Thermal Mass Performance
Thermal efficiency gains and energy savings.
- Coupled with natural ventilation, structural floor design acts as internal thermal mass, dampening outdoor air temperature fluctuations, resulting in indoor air and radiant temperatures within comfort zone; in turn, reducing building’s heating and cooling energy load.
- Expanded surface area of TPMS geometry in comparison with a flat slab, can increase the heat transfer rate between the air and the mass, without increasing the embodied carbon of the structure.
- The proposed HVAC system, including a ground-source heat pump and radiant system, along with TPMS structure can reduce aggregated carbon emissions by ~40% to 70% from 2030 to 2090 in regions near New York City area.
- Possible to achieve carbon-free building HVAC operation by adopting proposed system, before 2060 in some regions, underscoring importance of electrifying building HVAC systems to reduce carbon emissions.
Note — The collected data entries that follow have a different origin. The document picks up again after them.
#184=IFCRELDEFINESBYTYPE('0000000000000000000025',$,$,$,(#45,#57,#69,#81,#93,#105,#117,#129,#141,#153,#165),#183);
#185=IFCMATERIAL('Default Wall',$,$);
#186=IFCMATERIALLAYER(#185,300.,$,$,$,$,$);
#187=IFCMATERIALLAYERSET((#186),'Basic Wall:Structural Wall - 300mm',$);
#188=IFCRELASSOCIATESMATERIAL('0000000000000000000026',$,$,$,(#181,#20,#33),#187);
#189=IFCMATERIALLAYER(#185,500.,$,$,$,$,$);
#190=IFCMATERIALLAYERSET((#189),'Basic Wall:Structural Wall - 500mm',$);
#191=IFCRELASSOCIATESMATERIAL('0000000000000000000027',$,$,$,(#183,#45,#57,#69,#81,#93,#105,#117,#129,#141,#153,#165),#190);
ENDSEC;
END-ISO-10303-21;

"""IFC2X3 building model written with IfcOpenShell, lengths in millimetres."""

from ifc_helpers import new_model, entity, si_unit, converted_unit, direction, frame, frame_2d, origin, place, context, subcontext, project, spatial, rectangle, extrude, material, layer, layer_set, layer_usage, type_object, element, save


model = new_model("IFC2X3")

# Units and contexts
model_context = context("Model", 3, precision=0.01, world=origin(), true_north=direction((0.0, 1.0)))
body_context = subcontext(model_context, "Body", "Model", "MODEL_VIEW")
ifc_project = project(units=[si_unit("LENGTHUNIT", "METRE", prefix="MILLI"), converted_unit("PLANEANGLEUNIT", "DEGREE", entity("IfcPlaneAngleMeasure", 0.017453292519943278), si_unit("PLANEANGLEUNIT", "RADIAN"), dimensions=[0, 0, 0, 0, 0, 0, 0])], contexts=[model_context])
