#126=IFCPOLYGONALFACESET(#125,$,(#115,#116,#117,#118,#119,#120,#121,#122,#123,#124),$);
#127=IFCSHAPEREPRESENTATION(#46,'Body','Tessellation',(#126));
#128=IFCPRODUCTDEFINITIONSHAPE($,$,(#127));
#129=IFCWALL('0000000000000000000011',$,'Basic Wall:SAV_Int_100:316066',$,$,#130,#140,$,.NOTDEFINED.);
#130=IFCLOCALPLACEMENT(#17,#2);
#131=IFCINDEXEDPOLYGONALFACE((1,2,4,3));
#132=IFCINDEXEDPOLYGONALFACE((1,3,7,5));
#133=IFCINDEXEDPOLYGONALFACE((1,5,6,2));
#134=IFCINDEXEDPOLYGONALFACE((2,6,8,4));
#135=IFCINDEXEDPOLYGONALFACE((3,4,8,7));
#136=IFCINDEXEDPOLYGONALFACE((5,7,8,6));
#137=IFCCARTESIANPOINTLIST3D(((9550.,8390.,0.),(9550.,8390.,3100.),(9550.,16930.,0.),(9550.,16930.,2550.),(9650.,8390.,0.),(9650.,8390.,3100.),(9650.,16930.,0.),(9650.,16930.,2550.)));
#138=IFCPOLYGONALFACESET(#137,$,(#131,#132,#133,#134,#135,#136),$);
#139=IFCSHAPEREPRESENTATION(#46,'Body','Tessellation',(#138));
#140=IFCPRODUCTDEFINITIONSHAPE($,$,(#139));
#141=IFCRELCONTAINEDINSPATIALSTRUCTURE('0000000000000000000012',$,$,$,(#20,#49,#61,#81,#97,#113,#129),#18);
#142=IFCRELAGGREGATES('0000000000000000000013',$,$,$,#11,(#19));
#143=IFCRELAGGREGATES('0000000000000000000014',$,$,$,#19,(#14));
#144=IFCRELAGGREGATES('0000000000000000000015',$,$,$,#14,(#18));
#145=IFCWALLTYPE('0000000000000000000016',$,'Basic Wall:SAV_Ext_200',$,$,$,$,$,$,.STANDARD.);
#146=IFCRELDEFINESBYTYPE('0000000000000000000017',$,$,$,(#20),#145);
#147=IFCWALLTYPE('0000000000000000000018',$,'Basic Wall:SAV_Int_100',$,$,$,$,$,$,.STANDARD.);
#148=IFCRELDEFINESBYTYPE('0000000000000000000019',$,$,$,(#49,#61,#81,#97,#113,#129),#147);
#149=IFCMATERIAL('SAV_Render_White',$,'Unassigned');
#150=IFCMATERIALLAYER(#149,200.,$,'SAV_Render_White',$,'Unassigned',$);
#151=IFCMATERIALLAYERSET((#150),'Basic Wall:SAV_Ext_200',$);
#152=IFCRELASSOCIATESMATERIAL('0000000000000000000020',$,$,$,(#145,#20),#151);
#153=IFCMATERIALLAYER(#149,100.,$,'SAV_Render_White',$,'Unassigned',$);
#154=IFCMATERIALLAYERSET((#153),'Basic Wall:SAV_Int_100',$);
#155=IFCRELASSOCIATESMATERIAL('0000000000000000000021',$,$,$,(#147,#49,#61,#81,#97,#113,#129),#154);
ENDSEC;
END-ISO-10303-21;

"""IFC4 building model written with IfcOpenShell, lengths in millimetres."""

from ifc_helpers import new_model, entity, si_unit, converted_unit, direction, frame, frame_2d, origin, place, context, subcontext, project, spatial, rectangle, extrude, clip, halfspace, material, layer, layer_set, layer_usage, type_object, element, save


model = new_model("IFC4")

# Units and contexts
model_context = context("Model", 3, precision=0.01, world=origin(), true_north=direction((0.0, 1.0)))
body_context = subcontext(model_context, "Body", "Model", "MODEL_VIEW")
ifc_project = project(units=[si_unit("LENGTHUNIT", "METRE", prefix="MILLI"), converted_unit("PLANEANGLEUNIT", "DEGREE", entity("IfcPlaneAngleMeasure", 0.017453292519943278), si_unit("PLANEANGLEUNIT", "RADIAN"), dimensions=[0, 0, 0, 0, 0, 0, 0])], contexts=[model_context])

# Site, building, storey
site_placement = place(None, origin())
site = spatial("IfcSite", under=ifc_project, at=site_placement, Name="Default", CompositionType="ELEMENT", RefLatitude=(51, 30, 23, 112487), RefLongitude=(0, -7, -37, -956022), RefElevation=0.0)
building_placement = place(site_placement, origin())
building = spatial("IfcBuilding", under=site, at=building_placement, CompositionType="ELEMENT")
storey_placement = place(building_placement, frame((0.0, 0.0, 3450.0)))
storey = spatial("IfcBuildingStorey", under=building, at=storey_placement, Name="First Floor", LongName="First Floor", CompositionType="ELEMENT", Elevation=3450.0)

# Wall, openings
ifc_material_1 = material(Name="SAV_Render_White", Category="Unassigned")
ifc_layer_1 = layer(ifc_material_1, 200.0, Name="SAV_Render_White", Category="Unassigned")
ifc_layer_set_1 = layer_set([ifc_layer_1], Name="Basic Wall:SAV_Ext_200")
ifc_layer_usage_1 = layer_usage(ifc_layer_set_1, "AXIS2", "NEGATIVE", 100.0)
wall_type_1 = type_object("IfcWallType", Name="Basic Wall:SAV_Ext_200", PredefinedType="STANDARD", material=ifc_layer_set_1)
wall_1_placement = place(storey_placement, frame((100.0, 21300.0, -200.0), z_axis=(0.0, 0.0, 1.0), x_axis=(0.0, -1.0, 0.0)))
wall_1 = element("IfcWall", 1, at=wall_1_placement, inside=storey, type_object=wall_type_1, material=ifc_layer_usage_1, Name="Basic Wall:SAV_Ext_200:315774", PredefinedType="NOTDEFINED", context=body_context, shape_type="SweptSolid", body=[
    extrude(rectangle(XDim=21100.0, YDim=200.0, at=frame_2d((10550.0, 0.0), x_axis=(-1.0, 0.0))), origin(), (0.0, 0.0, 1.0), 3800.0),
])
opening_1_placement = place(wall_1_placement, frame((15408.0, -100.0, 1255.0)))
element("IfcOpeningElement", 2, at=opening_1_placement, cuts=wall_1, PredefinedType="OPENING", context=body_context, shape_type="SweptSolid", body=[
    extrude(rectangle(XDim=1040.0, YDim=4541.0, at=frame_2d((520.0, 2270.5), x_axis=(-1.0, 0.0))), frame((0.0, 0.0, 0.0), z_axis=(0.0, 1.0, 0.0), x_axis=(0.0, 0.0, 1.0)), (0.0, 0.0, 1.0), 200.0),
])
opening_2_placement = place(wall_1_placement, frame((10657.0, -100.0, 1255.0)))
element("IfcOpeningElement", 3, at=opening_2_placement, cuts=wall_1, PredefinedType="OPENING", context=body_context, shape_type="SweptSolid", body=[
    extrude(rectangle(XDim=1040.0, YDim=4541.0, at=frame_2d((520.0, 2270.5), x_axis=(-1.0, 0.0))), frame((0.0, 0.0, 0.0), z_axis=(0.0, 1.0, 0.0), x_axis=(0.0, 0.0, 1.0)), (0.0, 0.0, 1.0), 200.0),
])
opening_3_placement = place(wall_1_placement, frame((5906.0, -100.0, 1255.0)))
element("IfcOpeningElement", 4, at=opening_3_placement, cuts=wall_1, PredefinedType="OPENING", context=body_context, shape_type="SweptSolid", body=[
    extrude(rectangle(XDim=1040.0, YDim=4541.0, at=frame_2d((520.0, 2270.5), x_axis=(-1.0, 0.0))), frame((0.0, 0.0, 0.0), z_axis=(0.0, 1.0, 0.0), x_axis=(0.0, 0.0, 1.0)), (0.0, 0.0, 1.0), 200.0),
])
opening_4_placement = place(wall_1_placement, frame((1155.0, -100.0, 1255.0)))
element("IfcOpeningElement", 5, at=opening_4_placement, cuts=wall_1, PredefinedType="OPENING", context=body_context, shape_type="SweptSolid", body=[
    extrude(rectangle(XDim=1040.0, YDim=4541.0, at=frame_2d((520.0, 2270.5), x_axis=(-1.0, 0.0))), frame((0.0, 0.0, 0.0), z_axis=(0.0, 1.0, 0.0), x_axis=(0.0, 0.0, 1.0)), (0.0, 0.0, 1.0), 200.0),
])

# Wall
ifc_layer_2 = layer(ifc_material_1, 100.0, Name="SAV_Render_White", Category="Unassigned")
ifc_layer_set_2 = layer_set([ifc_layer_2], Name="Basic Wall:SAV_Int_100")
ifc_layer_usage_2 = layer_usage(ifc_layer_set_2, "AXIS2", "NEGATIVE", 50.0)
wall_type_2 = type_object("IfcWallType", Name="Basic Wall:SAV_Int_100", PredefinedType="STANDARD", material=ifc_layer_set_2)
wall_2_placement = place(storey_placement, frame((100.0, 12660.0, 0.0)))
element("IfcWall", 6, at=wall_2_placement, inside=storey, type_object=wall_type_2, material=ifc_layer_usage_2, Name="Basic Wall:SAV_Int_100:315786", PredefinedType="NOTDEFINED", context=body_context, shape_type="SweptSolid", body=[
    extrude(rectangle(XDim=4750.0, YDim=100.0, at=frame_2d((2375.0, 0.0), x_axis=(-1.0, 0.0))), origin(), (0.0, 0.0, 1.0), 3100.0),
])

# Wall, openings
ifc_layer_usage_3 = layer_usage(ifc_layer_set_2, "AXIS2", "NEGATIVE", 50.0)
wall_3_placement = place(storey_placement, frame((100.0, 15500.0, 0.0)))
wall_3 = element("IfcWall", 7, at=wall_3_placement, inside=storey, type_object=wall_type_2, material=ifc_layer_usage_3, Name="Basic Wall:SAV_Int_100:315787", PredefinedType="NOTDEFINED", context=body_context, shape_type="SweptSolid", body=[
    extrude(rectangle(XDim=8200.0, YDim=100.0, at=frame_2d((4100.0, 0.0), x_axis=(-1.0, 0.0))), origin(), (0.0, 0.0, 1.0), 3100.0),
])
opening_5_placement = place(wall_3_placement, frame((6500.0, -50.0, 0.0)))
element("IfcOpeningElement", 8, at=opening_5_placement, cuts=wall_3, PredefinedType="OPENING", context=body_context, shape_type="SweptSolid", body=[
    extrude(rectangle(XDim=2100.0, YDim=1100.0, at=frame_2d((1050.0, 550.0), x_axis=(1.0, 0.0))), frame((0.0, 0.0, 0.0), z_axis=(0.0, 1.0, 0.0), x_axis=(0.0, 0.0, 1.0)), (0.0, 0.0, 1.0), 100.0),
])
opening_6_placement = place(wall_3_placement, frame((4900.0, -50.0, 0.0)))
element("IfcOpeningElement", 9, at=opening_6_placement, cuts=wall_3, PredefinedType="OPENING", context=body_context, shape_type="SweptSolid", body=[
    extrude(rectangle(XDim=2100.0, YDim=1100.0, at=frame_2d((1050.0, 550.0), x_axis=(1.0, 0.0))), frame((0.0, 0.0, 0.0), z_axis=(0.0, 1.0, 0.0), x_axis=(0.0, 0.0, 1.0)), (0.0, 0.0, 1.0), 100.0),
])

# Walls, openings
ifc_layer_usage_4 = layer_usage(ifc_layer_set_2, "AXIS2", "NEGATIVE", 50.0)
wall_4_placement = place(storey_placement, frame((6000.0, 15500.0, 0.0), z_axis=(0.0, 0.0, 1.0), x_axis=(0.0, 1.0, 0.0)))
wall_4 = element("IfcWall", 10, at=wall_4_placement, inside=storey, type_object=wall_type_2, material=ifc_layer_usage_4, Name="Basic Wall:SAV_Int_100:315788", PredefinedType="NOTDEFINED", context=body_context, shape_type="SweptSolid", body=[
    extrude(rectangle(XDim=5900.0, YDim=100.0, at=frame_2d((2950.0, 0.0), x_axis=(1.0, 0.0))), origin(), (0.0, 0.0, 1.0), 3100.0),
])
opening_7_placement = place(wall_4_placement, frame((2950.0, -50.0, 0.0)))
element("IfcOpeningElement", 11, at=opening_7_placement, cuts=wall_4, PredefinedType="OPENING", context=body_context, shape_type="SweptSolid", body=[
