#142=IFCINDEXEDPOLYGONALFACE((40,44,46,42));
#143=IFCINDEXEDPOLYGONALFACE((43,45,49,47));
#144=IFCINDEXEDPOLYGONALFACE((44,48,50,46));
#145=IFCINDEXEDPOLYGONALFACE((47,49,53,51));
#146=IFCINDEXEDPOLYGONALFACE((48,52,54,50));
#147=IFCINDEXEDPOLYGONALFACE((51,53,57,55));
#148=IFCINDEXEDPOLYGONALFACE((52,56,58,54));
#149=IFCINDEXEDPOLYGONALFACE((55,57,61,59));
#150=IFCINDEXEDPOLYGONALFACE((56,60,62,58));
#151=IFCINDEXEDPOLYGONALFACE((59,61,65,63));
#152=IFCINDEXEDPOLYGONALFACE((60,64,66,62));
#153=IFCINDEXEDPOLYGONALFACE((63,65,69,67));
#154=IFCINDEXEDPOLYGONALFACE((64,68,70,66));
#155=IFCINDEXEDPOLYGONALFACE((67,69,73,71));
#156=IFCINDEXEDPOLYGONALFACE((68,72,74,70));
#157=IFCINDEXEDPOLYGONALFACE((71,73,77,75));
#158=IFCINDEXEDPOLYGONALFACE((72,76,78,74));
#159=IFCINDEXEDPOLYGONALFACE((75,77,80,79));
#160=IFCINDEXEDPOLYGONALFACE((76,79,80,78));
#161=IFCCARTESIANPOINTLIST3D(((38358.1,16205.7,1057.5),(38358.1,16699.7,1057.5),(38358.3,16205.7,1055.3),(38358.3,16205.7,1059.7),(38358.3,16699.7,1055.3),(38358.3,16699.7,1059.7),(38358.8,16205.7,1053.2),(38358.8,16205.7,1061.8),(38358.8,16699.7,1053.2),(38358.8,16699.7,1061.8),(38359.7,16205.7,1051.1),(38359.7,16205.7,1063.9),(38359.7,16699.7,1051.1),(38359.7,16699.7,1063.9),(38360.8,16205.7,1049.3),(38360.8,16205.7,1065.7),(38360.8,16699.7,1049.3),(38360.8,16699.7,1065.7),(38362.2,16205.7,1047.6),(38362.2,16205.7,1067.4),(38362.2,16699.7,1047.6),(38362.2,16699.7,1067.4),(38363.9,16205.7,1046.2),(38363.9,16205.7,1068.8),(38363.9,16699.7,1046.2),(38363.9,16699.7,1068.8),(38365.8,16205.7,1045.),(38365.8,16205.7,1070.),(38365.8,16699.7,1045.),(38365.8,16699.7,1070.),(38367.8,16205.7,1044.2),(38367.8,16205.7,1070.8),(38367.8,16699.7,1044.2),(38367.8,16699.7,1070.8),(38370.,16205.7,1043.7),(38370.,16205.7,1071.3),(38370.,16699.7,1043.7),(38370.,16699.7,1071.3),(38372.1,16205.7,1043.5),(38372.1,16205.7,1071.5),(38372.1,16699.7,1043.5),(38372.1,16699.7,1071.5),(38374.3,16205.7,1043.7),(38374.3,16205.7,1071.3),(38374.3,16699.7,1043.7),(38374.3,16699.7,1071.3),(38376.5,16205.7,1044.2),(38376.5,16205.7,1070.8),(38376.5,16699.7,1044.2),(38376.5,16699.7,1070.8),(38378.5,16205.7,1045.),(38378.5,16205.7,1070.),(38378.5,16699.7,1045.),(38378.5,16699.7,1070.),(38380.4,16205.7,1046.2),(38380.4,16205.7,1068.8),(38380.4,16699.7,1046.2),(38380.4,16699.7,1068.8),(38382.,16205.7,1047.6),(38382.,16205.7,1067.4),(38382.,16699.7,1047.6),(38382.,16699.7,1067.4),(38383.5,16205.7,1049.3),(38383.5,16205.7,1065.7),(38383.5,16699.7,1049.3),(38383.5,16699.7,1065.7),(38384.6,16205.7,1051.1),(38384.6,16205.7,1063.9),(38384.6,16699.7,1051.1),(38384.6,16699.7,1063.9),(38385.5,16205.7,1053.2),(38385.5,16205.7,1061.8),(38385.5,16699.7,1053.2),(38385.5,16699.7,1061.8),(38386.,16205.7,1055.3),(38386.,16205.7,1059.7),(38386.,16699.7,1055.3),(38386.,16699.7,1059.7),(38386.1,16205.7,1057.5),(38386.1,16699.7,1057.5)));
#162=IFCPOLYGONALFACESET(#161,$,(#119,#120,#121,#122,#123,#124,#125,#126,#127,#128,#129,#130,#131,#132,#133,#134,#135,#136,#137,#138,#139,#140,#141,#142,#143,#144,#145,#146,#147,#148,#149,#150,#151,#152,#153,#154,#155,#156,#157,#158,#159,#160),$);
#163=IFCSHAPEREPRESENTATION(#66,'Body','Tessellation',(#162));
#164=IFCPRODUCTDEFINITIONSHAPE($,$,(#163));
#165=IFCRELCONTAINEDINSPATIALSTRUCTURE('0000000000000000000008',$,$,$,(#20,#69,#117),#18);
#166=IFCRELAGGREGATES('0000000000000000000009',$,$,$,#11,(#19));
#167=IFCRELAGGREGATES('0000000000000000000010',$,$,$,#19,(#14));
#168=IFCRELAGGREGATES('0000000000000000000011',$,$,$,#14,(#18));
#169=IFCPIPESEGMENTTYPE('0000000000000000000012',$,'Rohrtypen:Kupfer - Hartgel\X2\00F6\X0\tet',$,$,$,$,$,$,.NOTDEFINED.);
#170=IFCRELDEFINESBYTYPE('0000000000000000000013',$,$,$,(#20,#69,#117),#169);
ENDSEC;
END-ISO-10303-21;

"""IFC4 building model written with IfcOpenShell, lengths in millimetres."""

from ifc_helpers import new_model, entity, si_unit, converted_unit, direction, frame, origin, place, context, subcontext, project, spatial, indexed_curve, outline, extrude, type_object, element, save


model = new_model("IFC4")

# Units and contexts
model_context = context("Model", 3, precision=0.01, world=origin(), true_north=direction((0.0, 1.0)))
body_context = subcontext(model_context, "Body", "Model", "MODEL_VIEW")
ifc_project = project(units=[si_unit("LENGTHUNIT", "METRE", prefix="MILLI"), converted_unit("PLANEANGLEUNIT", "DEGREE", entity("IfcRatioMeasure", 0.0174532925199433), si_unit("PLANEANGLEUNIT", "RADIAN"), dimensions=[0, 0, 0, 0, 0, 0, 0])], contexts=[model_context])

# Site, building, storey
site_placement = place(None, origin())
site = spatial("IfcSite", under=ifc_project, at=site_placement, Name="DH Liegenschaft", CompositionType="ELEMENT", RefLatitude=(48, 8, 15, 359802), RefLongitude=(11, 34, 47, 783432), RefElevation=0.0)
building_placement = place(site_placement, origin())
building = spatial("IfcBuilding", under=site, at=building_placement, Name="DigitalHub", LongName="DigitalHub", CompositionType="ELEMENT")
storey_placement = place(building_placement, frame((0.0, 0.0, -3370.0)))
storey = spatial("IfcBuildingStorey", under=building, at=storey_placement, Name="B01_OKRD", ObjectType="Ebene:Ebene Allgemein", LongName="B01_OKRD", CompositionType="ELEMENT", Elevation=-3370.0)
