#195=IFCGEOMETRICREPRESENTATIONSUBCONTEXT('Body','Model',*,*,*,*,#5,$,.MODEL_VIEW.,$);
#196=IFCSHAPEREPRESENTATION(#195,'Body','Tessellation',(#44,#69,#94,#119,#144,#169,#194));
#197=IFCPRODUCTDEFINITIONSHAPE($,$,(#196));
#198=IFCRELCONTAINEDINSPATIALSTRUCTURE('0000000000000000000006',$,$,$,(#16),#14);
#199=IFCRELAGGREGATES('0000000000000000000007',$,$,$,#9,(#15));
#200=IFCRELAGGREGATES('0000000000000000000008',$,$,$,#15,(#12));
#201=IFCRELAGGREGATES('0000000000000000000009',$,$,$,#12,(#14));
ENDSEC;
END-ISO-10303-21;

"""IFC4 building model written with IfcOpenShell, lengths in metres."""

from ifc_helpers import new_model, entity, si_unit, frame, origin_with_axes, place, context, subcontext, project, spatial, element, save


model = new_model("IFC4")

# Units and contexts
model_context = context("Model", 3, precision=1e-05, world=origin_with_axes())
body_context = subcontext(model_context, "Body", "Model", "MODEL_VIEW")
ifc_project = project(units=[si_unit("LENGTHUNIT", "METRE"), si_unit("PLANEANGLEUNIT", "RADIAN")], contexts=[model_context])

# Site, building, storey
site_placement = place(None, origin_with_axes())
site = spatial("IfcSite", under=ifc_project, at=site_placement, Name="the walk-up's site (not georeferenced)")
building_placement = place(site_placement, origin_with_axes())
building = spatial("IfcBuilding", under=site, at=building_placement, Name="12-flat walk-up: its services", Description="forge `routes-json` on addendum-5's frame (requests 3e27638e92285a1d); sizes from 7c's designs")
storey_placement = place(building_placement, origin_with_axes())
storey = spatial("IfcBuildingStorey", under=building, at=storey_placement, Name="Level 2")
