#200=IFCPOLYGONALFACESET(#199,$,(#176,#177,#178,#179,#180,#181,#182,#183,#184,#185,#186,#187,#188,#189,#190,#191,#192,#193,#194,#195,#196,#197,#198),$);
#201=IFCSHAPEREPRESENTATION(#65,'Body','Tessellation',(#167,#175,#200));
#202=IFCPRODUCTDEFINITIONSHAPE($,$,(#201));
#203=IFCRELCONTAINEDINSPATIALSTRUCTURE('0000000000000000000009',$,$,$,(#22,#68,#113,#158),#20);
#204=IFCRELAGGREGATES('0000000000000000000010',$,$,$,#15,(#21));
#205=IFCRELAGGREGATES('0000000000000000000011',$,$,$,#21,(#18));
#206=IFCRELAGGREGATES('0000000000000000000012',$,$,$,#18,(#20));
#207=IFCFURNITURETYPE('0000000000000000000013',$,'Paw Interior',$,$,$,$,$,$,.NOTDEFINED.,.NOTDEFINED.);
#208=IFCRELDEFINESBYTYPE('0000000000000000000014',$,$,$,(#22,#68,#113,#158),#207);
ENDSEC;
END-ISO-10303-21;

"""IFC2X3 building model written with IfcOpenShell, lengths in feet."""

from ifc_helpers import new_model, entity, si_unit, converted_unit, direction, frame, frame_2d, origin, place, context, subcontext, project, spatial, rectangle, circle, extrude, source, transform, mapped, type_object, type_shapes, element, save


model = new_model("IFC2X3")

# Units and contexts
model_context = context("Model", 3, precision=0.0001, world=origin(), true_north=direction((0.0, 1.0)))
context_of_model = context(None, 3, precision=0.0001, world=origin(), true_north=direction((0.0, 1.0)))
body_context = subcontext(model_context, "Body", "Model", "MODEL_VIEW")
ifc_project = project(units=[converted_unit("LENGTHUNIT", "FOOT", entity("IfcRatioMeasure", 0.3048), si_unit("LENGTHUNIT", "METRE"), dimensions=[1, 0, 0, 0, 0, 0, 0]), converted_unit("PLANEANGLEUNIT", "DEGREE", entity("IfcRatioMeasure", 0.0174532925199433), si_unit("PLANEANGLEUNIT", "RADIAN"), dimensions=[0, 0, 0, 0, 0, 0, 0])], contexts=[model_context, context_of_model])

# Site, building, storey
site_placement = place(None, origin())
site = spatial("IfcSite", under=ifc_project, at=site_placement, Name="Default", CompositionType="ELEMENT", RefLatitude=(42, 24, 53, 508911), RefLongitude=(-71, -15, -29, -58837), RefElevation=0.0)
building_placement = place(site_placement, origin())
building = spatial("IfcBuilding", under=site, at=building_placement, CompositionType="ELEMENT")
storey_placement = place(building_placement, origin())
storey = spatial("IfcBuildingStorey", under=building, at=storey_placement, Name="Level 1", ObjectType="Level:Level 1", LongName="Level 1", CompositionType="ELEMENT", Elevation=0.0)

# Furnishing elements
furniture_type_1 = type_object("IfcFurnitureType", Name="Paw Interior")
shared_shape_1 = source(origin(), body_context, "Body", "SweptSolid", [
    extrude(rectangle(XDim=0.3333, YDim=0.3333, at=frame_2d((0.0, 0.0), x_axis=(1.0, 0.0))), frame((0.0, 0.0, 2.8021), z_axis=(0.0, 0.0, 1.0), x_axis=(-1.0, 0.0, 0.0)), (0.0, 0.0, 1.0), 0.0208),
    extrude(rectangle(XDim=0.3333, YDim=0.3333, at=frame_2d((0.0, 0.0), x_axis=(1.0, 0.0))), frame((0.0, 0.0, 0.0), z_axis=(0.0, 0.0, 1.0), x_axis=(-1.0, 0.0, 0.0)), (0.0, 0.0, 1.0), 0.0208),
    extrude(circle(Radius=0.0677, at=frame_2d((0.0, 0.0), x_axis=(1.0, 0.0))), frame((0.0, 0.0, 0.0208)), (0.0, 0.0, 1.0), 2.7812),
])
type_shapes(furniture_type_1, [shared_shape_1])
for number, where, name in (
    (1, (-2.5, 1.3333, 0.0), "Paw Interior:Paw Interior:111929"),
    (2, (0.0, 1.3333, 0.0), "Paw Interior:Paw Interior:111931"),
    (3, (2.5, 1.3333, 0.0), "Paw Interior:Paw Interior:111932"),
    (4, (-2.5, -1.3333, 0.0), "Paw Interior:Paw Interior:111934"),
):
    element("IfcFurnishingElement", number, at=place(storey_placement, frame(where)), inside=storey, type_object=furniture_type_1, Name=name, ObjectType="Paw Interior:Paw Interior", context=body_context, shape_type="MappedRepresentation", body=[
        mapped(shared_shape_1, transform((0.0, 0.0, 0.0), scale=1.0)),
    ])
- The optimal control of radiant water temperature can reduce ~19-37% energy savings by taking advantage of TPMS structure’s larger thermal mass, compared to typical rule-based controls (RBC).
Life Cycle Assessment
Life cycle stage assessment of structural system.
- Flow of materials, energy, and labor costs for manufacturing and installation processes of incumbent and proposed structural systems determined using an integrated LCA.
- Preliminary TEA analysis points to cost savings over incumbent systems on materials, energy, and labor for manufacturing and installation from 25% to 35%, before taking into account carbon incentives.
- Comparative LCA screening studies show that the proposed system will likely achieve between 70% and 80% upfront- and lifecycle- GWP reductions over the incumbent system.
- Additional savings are likely to be identified in end-of-life scenario modeling of modular system recovery, recycling, and reuse.
- Hotspot analysis reveals concrete mix ingredients as the largest contributor to GWP, although benchtop tests of CO2 absorption suggest much of this can be offset upfront.
- Steel sourcing identified as the second most signficant factor for upfront GWP.
- Electricity consumption for concrete extruding, assembly, and tensioning have also been identified as key contributors to GWP, suggesting further opportunities for optimization through electricity procurement and scale-up efficiency.
Tech-to-Market
Structural system prefabrication and construction.
- Prefabrication using concrete 3D-printing.
- Dual-banded post-tensioned funicular beam framing.
- Compression only, ribbed floor arch.